Good news is, it starts. Carb needs some adjustment. 

As far as the drive: it ran OK last year. Over the summer something underneath locked up. The wheels turn, but there is an issue in the drive linkage. Hopefully something a clean-lube-adjust will take care of.


----------



## Kiss4aFrog (Nov 3, 2013)

Almico said:


> First question: is there such a thing as too many snowblowers?


As long as your wife, girlfriend, significant other, ... isn't around, *absolutely not !!

*But to put that in perspective I've been warned one more and I'm homeless* :facepalm_zpsdj194qh:facepalm_zpsdj194qh*


----------



## Almico (Jan 25, 2016)

Kiss4aFrog said:


> As long as your wife, girlfriend, significant other, ... isn't around, *absolutely not !!
> 
> *But to put that in perspective I've been warned one more and I'm homeless* :facepalm_zpsdj194qh:facepalm_zpsdj194qh*


Thankfully, no SO. I tried it once, got two beautiful boys from the deal, but she bailed and 17 years later, I couldn't be happier. I come home and take off my shoes in the middle of the living room because...that's where they belong.


----------



## cranman (Jan 23, 2016)

I had the same experience......now I can go weeks and not be wrong


----------



## db130 (Feb 16, 2013)

I think you'll like the 924040. The big wheels move the snowblower well(its first gear will likely be similar to 2nd gear on your other Ariens).

I liked mine enough that I even added a differential from a 924050.


----------



## Almico (Jan 25, 2016)

cranman said:


> I had the same experience......now I can go weeks and not be wrong


No that I have eliminated all the estrogen from my life, it's uncanny how less wrong I am!
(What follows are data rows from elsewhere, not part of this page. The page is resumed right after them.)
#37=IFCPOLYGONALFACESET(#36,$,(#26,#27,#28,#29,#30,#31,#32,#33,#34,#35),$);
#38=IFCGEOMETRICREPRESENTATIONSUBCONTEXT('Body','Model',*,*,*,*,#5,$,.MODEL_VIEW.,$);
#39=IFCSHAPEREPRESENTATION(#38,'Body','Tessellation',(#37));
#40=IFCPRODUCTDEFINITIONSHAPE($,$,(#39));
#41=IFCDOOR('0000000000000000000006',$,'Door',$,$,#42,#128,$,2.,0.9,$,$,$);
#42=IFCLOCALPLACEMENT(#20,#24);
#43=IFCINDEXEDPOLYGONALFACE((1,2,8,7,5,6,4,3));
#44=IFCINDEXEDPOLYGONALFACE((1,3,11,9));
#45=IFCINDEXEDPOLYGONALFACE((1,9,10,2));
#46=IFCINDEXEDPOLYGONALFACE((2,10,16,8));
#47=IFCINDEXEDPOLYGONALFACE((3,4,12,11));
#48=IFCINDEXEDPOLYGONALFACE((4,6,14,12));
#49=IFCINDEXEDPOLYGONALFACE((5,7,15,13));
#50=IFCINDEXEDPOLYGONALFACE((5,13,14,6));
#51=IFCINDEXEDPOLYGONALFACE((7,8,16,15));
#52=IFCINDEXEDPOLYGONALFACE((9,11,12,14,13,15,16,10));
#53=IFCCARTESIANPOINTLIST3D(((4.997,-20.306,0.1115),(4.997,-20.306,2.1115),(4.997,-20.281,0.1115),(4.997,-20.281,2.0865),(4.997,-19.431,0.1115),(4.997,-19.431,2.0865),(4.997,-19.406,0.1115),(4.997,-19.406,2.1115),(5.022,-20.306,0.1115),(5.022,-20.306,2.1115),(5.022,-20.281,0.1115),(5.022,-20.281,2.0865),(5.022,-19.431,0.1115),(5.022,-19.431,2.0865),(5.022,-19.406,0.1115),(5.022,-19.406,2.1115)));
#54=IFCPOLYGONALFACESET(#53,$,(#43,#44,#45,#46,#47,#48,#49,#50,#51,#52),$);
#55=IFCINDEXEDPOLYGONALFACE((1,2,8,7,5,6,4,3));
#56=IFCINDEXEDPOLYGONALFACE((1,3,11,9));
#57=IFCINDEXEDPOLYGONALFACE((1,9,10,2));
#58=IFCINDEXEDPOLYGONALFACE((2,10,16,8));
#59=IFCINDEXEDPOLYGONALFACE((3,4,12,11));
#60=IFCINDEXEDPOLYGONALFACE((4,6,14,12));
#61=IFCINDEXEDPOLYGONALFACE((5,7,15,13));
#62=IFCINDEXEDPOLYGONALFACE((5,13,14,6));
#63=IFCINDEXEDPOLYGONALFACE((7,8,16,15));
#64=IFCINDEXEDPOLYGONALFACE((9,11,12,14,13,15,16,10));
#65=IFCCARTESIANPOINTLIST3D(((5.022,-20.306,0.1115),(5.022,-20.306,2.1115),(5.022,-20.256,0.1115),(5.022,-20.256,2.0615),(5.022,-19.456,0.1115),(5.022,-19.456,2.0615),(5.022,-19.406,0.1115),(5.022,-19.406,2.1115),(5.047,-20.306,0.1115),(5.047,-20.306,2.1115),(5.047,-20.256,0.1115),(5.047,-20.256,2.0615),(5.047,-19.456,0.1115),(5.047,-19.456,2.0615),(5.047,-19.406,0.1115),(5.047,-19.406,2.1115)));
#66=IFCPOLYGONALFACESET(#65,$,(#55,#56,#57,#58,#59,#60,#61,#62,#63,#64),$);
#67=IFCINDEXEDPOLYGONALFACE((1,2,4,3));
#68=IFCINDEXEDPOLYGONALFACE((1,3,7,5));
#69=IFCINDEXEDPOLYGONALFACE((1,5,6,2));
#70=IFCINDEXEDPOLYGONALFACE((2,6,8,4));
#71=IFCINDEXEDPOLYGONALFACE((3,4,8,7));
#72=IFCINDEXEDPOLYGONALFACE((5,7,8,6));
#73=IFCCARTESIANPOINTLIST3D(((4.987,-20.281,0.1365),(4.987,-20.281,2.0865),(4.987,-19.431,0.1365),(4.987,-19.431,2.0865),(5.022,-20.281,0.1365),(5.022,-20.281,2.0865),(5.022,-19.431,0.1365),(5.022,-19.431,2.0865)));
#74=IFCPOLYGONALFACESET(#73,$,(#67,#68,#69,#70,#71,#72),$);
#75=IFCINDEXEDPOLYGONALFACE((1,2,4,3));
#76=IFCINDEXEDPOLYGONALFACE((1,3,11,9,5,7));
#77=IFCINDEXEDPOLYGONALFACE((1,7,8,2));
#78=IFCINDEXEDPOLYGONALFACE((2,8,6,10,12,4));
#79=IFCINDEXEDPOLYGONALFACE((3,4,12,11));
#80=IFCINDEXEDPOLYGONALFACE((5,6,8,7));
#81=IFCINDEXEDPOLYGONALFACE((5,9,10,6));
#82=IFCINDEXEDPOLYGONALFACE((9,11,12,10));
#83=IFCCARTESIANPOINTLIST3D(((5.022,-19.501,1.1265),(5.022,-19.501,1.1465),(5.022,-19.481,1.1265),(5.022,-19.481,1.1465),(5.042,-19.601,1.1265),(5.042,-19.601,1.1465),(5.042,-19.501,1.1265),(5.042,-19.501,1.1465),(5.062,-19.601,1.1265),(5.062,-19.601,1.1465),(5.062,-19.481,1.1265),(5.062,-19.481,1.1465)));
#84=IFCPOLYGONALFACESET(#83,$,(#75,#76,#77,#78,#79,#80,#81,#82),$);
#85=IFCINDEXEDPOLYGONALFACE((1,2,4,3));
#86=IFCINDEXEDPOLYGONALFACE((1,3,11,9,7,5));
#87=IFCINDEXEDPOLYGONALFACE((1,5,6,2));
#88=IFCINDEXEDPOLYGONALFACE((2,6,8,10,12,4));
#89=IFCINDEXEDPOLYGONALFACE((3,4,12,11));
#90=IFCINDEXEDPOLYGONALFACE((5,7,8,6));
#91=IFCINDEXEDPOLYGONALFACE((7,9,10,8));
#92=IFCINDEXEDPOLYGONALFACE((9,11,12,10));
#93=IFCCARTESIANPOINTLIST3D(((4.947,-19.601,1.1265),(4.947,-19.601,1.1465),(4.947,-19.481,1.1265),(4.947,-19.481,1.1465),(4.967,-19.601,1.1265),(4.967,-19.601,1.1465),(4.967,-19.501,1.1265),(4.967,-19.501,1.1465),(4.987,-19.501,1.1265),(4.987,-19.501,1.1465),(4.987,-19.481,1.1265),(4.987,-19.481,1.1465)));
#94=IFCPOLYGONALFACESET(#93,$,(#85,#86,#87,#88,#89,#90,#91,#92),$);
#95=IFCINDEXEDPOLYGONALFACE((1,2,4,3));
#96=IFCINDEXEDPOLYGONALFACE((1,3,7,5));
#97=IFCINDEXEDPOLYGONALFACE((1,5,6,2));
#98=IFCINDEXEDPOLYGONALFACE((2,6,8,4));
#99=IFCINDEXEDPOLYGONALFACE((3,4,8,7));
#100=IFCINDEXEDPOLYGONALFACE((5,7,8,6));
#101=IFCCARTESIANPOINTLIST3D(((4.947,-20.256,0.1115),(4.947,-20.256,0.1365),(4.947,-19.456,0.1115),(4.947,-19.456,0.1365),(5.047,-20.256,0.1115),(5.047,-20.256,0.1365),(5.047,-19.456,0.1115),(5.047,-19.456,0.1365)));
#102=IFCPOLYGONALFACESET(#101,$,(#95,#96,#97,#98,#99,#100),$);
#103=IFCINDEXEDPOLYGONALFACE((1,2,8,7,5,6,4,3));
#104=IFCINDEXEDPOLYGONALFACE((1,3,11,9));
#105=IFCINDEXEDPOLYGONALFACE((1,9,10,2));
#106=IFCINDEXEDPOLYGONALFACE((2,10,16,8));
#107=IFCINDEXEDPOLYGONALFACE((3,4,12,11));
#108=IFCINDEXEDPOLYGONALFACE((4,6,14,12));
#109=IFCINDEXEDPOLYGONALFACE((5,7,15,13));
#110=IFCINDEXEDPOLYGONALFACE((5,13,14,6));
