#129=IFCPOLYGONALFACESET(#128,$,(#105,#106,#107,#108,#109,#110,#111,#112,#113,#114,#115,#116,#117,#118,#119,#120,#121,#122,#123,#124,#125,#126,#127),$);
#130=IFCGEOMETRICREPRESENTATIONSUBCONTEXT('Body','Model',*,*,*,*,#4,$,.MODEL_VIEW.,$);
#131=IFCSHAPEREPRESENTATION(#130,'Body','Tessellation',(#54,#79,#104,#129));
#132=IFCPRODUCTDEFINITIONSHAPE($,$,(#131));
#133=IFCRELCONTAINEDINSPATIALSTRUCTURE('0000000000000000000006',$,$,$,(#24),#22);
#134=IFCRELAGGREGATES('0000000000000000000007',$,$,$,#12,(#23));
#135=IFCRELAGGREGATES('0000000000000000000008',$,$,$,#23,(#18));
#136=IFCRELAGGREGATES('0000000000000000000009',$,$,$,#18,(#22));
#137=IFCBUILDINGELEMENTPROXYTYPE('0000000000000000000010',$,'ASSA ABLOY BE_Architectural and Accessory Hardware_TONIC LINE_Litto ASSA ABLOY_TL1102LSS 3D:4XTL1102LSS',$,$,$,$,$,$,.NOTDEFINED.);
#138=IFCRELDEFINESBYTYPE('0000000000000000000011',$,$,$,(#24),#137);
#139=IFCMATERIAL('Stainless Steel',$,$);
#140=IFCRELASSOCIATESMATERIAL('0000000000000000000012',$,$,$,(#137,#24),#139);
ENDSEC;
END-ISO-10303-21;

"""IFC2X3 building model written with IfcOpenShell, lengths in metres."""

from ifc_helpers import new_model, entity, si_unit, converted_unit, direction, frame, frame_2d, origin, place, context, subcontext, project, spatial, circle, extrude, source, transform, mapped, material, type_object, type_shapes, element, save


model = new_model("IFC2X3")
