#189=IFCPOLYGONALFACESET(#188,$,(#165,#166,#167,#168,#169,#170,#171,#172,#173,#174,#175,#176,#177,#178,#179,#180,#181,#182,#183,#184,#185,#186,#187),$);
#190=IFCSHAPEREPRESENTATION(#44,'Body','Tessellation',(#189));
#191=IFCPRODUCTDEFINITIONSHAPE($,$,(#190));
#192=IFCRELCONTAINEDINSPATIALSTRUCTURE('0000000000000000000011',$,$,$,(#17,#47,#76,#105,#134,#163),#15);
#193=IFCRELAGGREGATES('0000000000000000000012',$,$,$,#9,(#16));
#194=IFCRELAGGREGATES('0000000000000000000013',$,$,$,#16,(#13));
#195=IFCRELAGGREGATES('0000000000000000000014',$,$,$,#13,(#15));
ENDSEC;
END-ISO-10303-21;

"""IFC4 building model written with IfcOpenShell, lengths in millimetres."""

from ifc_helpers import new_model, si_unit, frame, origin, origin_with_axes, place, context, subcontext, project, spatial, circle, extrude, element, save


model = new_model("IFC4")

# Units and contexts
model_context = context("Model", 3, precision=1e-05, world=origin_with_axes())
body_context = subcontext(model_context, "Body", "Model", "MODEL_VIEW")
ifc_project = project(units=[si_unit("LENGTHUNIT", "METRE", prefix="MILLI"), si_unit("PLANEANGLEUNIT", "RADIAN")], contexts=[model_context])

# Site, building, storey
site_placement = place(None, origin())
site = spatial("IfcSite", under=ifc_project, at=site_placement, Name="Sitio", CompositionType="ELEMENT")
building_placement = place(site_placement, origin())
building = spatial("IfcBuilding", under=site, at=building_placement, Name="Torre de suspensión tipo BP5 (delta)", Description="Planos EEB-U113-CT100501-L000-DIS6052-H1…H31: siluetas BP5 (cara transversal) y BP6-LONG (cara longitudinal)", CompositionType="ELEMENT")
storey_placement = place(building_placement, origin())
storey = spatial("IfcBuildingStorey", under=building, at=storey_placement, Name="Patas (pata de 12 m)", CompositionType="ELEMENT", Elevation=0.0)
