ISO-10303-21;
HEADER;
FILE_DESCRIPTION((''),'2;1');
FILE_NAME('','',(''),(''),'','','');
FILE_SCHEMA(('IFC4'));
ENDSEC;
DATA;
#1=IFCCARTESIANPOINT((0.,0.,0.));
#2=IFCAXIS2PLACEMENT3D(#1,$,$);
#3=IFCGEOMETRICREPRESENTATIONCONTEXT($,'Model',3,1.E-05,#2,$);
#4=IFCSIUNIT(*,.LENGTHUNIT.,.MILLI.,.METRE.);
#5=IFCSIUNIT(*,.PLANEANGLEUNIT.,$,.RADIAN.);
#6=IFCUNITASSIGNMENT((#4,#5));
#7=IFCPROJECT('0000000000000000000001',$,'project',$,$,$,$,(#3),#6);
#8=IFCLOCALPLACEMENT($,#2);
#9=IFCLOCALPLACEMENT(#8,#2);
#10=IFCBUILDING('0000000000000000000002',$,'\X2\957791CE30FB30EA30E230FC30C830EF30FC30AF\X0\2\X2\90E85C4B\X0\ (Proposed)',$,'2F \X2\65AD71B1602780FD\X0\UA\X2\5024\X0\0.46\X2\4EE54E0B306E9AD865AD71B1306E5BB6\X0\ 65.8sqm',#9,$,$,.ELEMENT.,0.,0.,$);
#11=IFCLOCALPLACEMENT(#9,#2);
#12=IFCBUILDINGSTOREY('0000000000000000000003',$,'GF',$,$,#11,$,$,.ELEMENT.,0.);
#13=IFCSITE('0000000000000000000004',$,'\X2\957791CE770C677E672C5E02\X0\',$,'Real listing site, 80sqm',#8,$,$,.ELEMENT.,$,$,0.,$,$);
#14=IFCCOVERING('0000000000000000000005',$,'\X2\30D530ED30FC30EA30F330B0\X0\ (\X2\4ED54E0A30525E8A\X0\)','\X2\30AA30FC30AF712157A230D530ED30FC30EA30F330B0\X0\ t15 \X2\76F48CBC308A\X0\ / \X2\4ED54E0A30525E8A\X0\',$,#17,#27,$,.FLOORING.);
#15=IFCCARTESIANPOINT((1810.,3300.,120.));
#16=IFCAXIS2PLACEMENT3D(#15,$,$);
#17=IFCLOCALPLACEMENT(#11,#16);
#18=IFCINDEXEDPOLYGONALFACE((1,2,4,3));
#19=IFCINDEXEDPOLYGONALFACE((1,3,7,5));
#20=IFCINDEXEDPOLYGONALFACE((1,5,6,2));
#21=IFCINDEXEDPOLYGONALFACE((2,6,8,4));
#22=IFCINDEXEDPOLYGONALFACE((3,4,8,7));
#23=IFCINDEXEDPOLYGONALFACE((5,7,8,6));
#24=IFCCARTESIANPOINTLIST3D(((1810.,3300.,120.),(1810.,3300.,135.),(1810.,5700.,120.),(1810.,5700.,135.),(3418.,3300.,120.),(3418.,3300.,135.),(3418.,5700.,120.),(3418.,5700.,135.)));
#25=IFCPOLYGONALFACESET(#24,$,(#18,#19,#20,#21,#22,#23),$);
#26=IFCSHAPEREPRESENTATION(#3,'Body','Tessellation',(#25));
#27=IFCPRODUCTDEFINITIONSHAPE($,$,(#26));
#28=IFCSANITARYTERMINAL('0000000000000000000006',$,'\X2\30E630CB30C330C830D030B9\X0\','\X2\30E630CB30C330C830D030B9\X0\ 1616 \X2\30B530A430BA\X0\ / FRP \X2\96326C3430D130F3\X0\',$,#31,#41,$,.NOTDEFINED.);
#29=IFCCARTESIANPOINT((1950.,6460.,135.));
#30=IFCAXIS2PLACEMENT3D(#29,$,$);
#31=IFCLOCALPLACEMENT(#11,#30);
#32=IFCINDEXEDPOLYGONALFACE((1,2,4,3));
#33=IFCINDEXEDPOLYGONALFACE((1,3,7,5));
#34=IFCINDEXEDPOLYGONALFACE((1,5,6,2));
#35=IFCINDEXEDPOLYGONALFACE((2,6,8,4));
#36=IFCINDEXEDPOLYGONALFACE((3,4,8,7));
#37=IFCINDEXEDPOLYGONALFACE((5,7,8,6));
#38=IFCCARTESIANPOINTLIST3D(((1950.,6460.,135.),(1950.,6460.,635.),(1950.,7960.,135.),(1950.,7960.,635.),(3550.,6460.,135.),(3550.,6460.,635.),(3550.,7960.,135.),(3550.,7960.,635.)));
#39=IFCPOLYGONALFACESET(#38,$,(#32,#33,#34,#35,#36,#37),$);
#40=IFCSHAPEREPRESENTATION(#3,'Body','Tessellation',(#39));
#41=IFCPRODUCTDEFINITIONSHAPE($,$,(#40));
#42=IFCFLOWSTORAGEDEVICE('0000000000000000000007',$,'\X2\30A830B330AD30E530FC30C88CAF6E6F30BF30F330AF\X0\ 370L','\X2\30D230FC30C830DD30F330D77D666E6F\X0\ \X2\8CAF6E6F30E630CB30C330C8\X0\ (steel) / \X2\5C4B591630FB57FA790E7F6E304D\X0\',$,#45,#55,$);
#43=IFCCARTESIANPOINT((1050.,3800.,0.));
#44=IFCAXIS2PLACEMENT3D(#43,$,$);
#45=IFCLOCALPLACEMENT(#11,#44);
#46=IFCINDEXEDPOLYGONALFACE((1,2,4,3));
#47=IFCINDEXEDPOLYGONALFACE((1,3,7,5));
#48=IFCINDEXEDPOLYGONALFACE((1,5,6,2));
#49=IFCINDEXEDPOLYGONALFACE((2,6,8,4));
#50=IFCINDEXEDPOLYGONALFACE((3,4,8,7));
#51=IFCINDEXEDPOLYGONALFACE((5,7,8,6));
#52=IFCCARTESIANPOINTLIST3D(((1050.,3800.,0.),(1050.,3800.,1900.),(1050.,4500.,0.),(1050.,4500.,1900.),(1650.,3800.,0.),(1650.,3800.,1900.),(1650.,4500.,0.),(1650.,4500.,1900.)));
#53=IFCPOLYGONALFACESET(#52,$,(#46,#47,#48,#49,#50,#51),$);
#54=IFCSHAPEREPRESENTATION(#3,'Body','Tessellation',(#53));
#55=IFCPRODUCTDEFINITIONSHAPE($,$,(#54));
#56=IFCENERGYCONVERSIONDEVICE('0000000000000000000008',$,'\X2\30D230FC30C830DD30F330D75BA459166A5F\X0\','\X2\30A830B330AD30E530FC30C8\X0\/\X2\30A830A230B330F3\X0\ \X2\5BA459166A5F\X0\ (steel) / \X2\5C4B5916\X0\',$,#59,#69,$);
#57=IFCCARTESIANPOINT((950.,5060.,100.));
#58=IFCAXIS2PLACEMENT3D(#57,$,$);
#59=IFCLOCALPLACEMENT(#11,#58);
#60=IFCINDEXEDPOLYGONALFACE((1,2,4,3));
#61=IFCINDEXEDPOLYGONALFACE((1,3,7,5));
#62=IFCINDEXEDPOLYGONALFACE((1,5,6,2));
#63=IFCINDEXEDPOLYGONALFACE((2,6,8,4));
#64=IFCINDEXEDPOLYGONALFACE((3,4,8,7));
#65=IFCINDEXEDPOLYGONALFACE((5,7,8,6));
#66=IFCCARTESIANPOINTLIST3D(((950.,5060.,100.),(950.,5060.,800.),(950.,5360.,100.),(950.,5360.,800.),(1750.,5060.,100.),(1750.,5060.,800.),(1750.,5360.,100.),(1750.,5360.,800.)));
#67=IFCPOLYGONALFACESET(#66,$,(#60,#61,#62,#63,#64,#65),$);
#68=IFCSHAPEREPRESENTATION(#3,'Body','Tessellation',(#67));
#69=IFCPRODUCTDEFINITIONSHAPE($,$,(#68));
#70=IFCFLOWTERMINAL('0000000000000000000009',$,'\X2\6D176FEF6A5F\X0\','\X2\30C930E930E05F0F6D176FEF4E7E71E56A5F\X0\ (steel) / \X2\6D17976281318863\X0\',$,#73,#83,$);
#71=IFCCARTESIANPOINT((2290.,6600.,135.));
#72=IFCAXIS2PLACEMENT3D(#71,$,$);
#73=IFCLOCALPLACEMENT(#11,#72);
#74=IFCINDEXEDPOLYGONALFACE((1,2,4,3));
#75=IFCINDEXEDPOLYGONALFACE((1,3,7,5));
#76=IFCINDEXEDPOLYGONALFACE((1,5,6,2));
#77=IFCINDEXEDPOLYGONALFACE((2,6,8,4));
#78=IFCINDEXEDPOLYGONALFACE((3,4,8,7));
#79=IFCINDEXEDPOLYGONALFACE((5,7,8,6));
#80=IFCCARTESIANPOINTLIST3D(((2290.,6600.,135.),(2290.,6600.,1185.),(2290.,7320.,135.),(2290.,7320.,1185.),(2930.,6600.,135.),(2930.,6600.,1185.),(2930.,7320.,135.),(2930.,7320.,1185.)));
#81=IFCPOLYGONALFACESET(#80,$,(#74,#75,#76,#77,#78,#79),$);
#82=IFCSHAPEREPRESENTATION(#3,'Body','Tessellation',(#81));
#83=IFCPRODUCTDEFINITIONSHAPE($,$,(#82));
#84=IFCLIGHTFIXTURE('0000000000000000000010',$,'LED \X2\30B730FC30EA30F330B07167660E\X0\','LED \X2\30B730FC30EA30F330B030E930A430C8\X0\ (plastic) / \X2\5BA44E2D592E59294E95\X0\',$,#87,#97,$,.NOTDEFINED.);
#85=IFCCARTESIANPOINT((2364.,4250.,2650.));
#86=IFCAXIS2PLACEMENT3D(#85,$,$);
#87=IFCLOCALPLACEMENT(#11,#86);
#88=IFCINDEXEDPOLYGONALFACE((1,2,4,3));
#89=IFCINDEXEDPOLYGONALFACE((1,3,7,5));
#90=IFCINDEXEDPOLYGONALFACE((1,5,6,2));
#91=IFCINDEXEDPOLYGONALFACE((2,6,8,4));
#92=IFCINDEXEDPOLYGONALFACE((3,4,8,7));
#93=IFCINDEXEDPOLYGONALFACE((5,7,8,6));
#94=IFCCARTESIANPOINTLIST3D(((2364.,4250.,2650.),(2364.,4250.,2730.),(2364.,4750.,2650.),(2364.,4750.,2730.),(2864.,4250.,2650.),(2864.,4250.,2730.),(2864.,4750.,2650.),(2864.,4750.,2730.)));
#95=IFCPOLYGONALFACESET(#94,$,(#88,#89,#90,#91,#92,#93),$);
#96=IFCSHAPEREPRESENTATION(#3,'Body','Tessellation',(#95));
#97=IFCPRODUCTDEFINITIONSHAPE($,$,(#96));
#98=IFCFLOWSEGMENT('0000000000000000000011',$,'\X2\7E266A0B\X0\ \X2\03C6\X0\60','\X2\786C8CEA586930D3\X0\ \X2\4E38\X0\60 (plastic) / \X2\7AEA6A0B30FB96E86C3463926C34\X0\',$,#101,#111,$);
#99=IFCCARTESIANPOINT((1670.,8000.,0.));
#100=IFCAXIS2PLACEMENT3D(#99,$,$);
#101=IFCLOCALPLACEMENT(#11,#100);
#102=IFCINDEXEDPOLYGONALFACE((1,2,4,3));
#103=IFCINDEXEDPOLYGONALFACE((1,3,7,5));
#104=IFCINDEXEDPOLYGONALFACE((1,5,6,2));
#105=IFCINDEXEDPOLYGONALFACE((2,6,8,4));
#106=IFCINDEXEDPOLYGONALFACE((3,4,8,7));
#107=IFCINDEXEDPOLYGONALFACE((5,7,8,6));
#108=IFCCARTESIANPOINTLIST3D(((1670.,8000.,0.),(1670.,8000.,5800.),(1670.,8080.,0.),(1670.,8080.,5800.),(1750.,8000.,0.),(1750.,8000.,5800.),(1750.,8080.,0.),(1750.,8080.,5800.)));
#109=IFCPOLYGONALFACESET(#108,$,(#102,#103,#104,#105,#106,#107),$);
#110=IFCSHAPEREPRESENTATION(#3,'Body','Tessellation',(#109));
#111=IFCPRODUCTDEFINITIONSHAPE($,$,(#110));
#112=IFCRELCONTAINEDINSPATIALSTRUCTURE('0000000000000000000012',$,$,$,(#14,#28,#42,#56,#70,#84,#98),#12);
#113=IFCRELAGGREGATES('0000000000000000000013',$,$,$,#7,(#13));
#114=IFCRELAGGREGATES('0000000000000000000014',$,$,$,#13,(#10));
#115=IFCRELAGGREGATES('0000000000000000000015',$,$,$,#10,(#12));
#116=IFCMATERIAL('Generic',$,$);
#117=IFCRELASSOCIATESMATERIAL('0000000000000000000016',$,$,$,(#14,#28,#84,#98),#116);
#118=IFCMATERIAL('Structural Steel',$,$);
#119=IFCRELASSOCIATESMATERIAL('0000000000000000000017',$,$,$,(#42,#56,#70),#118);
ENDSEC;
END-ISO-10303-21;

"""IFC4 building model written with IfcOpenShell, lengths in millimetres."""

from ifc_helpers import new_model, si_unit, frame, frame_2d, origin, place, context, project, spatial, rectangle, extrude, material, element, save


model = new_model("IFC4")

# Units and contexts
model_context = context("Model", 3, precision=1e-05, world=origin())
ifc_project = project(units=[si_unit("LENGTHUNIT", "METRE", prefix="MILLI"), si_unit("PLANEANGLEUNIT", "RADIAN")], contexts=[model_context])

# Site, building, storey
site_placement = place(None, origin())
site = spatial("IfcSite", under=ifc_project, at=site_placement, Name="長野県松本市", ObjectType="Real listing site, 80sqm", CompositionType="ELEMENT", RefElevation=0.0)
building_placement = place(site_placement, origin())
building = spatial("IfcBuilding", under=site, at=building_placement, Name="長野・リモートワーク2部屋 (Proposed)", ObjectType="2F 断熱性能UA値0.46以下の高断熱の家 65.8sqm", CompositionType="ELEMENT", ElevationOfRefHeight=0.0, ElevationOfTerrain=0.0)
storey_placement = place(building_placement, origin())
storey = spatial("IfcBuildingStorey", under=building, at=storey_placement, Name="GF", CompositionType="ELEMENT", Elevation=0.0)

# Covering
ifc_material_1 = material(Name="Generic")
covering_1_placement = place(storey_placement, frame((1810.0, 3300.0, 120.0)))
element("IfcCovering", 1, at=covering_1_placement, inside=storey, material=ifc_material_1, Name="フローリング (仕上げ床)", Description="オーク無垢フローリング t15 直貼り / 仕上げ床", PredefinedType="FLOORING", context=model_context, shape_type="SweptSolid", body=[
    extrude(rectangle(XDim=1608.0, YDim=2400.0, at=frame_2d((804.0, 1200.0))), frame((1810.0, 3300.0, 120.0)), (0.0, 0.0, 1.0), 15.0),
])

# Sanitary terminal
sanitary_terminal_placement = place(storey_placement, frame((1950.0, 6460.0, 135.0)))
element("IfcSanitaryTerminal", 2, at=sanitary_terminal_placement, inside=storey, material=ifc_material_1, Name="ユニットバス", Description="ユニットバス 1616 サイズ / FRP 防水パン", PredefinedType="NOTDEFINED", context=model_context, shape_type="SweptSolid", body=[
    extrude(rectangle(XDim=1600.0, YDim=1500.0, at=frame_2d((800.0, 750.0))), frame((1950.0, 6460.0, 135.0)), (0.0, 0.0, 1.0), 500.0),
])

# Flow storage device
ifc_material_2 = material(Name="Structural Steel")
flow_storage_device_placement = place(storey_placement, frame((1050.0, 3800.0, 0.0)))
element("IfcFlowStorageDevice", 3, at=flow_storage_device_placement, inside=storey, material=ifc_material_2, Name="エコキュート貯湯タンク 370L", Description="ヒートポンプ給湯 貯湯ユニット (steel) / 屋外・基礎置き", context=model_context, shape_type="SweptSolid", body=[
    extrude(rectangle(XDim=600.0, YDim=700.0, at=frame_2d((300.0, 350.0))), frame((1050.0, 3800.0, 0.0)), (0.0, 0.0, 1.0), 1900.0),
])

# Energy conversion device
energy_conversion_device_placement = place(storey_placement, frame((950.0, 5060.0, 100.0)))
element("IfcEnergyConversionDevice", 4, at=energy_conversion_device_placement, inside=storey, material=ifc_material_2, Name="ヒートポンプ室外機", Description="エコキュート/エアコン 室外機 (steel) / 屋外", context=model_context, shape_type="SweptSolid", body=[
    extrude(rectangle(XDim=800.0, YDim=300.0, at=frame_2d((400.0, 150.0))), frame((950.0, 5060.0, 100.0)), (0.0, 0.0, 1.0), 700.0),
])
The only complaints I get are from my female cat. And the male dog takes care of her.


----------



## Almico (Jan 25, 2016)

db130 said:


> I think you'll like the 924040. The big wheels move the snowblower well(its first gear will likely be similar to 2nd gear on your other Ariens).
> 
> I liked mine enough that I even added a differential from a 924050.


My only concern is that now that I finally have these girls, it might never snow ever again.


----------



## Almico (Jan 25, 2016)

I don't see an ID plate anywhere on the 8hp engine. On my 5hp 1969 model it's on the rear left while standing behind the tractor. Nothing on the 1979.


----------